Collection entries
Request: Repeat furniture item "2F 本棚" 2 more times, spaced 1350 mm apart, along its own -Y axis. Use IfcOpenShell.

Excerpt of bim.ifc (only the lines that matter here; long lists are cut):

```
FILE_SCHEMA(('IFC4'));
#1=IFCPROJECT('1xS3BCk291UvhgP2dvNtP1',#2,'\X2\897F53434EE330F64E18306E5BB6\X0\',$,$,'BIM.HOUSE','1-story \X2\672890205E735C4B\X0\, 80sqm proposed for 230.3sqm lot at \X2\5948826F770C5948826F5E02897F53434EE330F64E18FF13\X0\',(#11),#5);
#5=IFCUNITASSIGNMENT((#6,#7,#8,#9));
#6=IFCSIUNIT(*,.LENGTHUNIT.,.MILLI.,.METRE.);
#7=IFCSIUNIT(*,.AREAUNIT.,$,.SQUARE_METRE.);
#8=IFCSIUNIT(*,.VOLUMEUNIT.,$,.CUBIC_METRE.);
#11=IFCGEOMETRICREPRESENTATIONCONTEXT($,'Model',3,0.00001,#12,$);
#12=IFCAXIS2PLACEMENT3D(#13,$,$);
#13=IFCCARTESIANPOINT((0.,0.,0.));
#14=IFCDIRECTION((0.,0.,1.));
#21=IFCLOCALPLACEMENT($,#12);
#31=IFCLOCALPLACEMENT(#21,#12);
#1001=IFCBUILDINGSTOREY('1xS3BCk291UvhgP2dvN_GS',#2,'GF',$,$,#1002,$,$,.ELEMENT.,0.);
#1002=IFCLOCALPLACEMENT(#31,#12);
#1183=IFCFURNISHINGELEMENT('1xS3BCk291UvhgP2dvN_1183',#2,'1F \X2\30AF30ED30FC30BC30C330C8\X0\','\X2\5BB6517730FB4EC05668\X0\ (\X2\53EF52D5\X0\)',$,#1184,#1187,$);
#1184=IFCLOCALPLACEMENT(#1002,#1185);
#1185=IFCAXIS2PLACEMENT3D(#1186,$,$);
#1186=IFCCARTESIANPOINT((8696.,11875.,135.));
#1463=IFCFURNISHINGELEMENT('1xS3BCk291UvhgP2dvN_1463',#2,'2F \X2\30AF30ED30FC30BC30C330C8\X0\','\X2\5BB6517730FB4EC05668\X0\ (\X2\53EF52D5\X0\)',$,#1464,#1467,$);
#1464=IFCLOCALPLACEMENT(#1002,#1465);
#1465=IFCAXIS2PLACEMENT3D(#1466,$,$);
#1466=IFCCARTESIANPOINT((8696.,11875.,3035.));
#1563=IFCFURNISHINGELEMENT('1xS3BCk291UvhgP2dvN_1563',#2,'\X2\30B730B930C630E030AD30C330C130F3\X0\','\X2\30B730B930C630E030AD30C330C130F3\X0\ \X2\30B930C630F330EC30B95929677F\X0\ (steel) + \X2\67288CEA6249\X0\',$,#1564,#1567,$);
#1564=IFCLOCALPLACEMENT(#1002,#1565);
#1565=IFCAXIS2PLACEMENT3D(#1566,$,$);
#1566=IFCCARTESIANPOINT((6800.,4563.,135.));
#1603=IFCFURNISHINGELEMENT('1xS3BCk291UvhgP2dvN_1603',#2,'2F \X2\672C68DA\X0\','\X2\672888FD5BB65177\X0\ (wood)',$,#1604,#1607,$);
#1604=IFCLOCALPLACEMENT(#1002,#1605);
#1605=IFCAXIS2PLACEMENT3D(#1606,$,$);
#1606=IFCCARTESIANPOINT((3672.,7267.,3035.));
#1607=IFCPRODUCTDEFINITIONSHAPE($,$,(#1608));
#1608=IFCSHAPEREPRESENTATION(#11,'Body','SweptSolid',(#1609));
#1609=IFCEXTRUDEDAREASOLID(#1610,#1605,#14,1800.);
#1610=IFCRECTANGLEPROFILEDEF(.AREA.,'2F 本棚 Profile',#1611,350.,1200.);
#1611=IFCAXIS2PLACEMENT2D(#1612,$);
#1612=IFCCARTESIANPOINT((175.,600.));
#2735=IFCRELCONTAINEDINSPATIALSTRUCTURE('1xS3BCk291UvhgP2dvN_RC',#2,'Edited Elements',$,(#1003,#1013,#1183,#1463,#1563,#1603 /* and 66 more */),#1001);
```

```python
import ifcopenshell
import ifcopenshell.api.geometry
import ifcopenshell.api.root
import ifcopenshell.util.element
import ifcopenshell.util.placement
import ifcopenshell.util.unit

model = ifcopenshell.open("bim.ifc")
unit_scale = ifcopenshell.util.unit.calculate_unit_scale(model)


def reuse_history(source, copy):
    """copy_class also copies each property set's owner history, people and application; keep the originals."""
    for rel in copy.IsDefinedBy:
        if rel.is_a("IfcRelDefinesByProperties") and (history := rel.RelatingPropertyDefinition.OwnerHistory):
            rel.RelatingPropertyDefinition.OwnerHistory = source.OwnerHistory
            ifcopenshell.util.element.remove_deep2(model, history)


source = model.by_guid("1xS3BCk291UvhgP2dvN_1603")
base = ifcopenshell.util.placement.get_local_placement(source.ObjectPlacement)
step = -base[:3, 1] * 1.35 / unit_scale

for i in range(1, 3):
    copy = ifcopenshell.api.root.copy_class(model, product=source)
    copy.Representation = ifcopenshell.util.element.copy_deep(
        model, source.Representation, exclude=["IfcGeometricRepresentationContext", "IfcRepresentationMap"]
    )
    reuse_history(source, copy)
    matrix = base.copy()
    matrix[:3, 3] += i * step
    print("added at", matrix[:3, 3].round(3) + 0.0)
    ifcopenshell.api.geometry.edit_object_placement(model, product=copy, matrix=matrix, is_si=False)

model.write("bim_rev.ifc")
```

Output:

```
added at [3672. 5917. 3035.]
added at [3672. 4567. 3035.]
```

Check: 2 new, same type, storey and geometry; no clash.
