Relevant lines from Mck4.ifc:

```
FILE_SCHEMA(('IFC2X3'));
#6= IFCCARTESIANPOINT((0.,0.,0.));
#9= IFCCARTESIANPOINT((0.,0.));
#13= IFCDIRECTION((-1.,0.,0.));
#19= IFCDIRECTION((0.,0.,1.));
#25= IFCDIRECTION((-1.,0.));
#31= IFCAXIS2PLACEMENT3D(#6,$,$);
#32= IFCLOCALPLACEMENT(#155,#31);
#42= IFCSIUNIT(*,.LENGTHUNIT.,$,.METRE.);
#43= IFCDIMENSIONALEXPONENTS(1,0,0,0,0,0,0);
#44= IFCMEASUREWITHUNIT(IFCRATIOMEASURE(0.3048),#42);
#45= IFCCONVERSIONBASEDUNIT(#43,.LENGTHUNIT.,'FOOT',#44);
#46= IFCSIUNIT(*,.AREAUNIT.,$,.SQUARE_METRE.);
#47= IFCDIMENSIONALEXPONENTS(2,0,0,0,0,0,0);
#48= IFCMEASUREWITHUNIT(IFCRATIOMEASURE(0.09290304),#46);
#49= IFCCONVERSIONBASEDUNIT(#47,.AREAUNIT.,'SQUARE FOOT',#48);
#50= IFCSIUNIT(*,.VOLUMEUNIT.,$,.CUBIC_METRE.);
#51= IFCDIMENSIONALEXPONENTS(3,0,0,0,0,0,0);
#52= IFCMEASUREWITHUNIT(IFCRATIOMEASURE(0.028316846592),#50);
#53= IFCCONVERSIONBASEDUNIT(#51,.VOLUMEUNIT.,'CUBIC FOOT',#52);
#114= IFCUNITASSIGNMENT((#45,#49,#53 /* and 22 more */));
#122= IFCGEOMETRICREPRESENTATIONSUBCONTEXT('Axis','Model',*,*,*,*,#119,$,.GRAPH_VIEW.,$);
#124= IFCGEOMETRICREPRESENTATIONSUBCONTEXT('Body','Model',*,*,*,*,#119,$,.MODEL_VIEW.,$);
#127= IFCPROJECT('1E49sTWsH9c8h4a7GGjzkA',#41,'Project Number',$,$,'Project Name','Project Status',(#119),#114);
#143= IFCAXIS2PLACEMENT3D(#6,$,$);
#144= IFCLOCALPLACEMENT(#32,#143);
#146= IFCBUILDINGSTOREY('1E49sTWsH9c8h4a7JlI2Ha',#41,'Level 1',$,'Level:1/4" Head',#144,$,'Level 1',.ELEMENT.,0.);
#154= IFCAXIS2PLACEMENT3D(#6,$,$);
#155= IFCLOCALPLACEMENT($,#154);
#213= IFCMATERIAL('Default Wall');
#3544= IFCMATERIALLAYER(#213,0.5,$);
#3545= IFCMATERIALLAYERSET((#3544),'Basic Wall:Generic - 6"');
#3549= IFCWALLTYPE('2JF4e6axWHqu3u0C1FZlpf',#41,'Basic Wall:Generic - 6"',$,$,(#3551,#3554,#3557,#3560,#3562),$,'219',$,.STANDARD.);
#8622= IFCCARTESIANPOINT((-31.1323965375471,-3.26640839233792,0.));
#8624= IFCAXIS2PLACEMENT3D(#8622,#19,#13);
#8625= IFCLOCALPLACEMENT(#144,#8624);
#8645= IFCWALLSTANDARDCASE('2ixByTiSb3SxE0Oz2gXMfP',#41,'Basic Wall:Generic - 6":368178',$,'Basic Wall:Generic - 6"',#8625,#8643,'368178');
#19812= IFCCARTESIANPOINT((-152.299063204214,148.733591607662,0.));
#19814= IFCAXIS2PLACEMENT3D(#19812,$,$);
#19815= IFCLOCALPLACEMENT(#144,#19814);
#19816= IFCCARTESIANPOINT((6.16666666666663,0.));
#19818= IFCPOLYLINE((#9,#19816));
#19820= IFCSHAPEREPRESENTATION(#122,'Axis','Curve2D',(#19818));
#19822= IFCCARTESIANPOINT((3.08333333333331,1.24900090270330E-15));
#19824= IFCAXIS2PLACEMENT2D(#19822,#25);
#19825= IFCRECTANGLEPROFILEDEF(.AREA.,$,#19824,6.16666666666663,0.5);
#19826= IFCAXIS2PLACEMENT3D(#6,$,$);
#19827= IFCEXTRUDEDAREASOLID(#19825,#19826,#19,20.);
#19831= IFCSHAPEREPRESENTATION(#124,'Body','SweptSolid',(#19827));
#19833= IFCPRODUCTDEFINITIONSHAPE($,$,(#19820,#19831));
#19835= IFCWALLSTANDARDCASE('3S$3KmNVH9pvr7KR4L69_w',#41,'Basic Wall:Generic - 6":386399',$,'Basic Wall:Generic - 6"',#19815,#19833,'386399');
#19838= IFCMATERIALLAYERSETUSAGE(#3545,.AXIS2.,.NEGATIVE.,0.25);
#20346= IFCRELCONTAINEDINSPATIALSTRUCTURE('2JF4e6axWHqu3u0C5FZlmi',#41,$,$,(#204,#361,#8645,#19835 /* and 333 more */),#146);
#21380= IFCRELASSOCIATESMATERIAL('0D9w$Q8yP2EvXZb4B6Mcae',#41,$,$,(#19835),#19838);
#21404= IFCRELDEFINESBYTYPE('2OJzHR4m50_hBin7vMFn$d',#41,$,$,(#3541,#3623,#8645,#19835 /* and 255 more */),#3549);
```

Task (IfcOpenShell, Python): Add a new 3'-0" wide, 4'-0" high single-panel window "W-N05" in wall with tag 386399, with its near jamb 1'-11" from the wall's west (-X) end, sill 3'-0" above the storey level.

```python
import numpy as np
import ifcopenshell
import ifcopenshell.api.feature
import ifcopenshell.api.geometry
import ifcopenshell.api.root
import ifcopenshell.api.spatial
import ifcopenshell.api.type
import ifcopenshell.geom
import ifcopenshell.util.element
import ifcopenshell.util.placement
import ifcopenshell.util.representation
import ifcopenshell.util.shape
import ifcopenshell.util.unit

model = ifcopenshell.open("Mck4.ifc")
unit_scale = ifcopenshell.util.unit.calculate_unit_scale(model)
settings = ifcopenshell.geom.settings()


def volume(element):
    """Net volume in cubic metres, openings subtracted."""
    shape = ifcopenshell.geom.create_shape(settings, element)
    return ifcopenshell.util.shape.get_volume(shape.geometry)


wall = model.by_guid("3S$3KmNVH9pvr7KR4L69_w")
storey = ifcopenshell.util.element.get_container(wall, ifc_class="IfcBuildingStorey")
context = ifcopenshell.util.representation.get_context(model, "Model", "Body", "MODEL_VIEW")
before = volume(wall)

width, height, from_end, sill = 0.9144, 1.2192, 0.5842, 0.9144  # metres

# The wall runs along its own X axis, and the end named is its -X end.
wall_shape = ifcopenshell.geom.create_shape(settings, wall)
x, y, z = ifcopenshell.util.shape.get_vertices(wall_shape.geometry).T
start = x.min() + from_end
face, thickness = float(y.min()), float(y.max() - y.min())
wall_matrix = ifcopenshell.util.placement.get_local_placement(wall.ObjectPlacement)
level = ifcopenshell.util.placement.get_local_placement(storey.ObjectPlacement)[2, 3]


def in_wall(x, y):
    """Placement at x, y metres in the wall's axes, at sill height."""
    matrix = wall_matrix.copy()
    matrix[:, 3] = wall_matrix @ np.array([x / unit_scale, y / unit_scale, 0.0, 1.0])
    matrix[2, 3] = level + sill / unit_scale
    return matrix


# Opening: a box that overshoots both wall faces by 50 mm.
opening = ifcopenshell.api.root.create_entity(model, ifc_class="IfcOpeningElement")
box = ifcopenshell.api.geometry.add_wall_representation(
    model, context=context, length=width, height=height, thickness=thickness + 0.1
)
ifcopenshell.api.geometry.assign_representation(model, product=opening, representation=box)
ifcopenshell.api.geometry.edit_object_placement(model, product=opening, matrix=in_wall(start, face - 0.05), is_si=False)
ifcopenshell.api.feature.add_feature(model, feature=opening, element=wall)

window = ifcopenshell.api.root.create_entity(model, ifc_class="IfcWindow", name="W-N05")
window.OverallWidth, window.OverallHeight = width / unit_scale, height / unit_scale
body = ifcopenshell.api.geometry.add_window_representation(
    model,
    context=context,
    overall_width=window.OverallWidth,
    overall_height=window.OverallHeight,
    partition_type="SINGLE_PANEL",
)
ifcopenshell.api.geometry.assign_representation(model, product=window, representation=body)
ifcopenshell.api.spatial.assign_container(model, products=[window], relating_structure=storey)
fills = ifcopenshell.api.feature.add_filling(model, opening=opening, element=window)
fills.OwnerHistory = window.OwnerHistory  # required in IFC2X3

# IFC2X3 keeps the operation on the window style.
style = ifcopenshell.api.root.create_entity(model, ifc_class="IfcWindowStyle", name="W-N05")
style.OperationType, style.ConstructionType = "SINGLE_PANEL", "NOTDEFINED"
style.ParameterTakesPrecedence = style.Sizeable = False
ifcopenshell.api.type.assign_type(model, related_objects=[window], relating_type=style)

# Centre the window in the wall's thickness.
ifcopenshell.api.geometry.edit_object_placement(model, product=window, matrix=in_wall(start, face), is_si=False)
window_shape = ifcopenshell.geom.create_shape(settings, window)
depth = ifcopenshell.util.shape.get_vertices(window_shape.geometry)[:, 1]
offset = face + thickness / 2 - (depth.min() + depth.max()) / 2
ifcopenshell.api.geometry.edit_object_placement(model, product=window, matrix=in_wall(start, offset), is_si=False)

after = volume(wall)

print(f"wall volume {before:.3f} -> {after:.3f} m3")

model.write("Mck4_edited.ifc")
```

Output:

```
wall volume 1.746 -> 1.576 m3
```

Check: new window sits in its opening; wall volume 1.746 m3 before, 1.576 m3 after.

> _Aim of the task_
Please copy out each line of the data in which the word "IFCEXTRUDEDAREASOLID" occurs.

> _Exercise response_
#1609=IFCEXTRUDEDAREASOLID(#1610,#1605,#14,1800.);
#19827= IFCEXTRUDEDAREASOLID(#19825,#19826,#19,20.);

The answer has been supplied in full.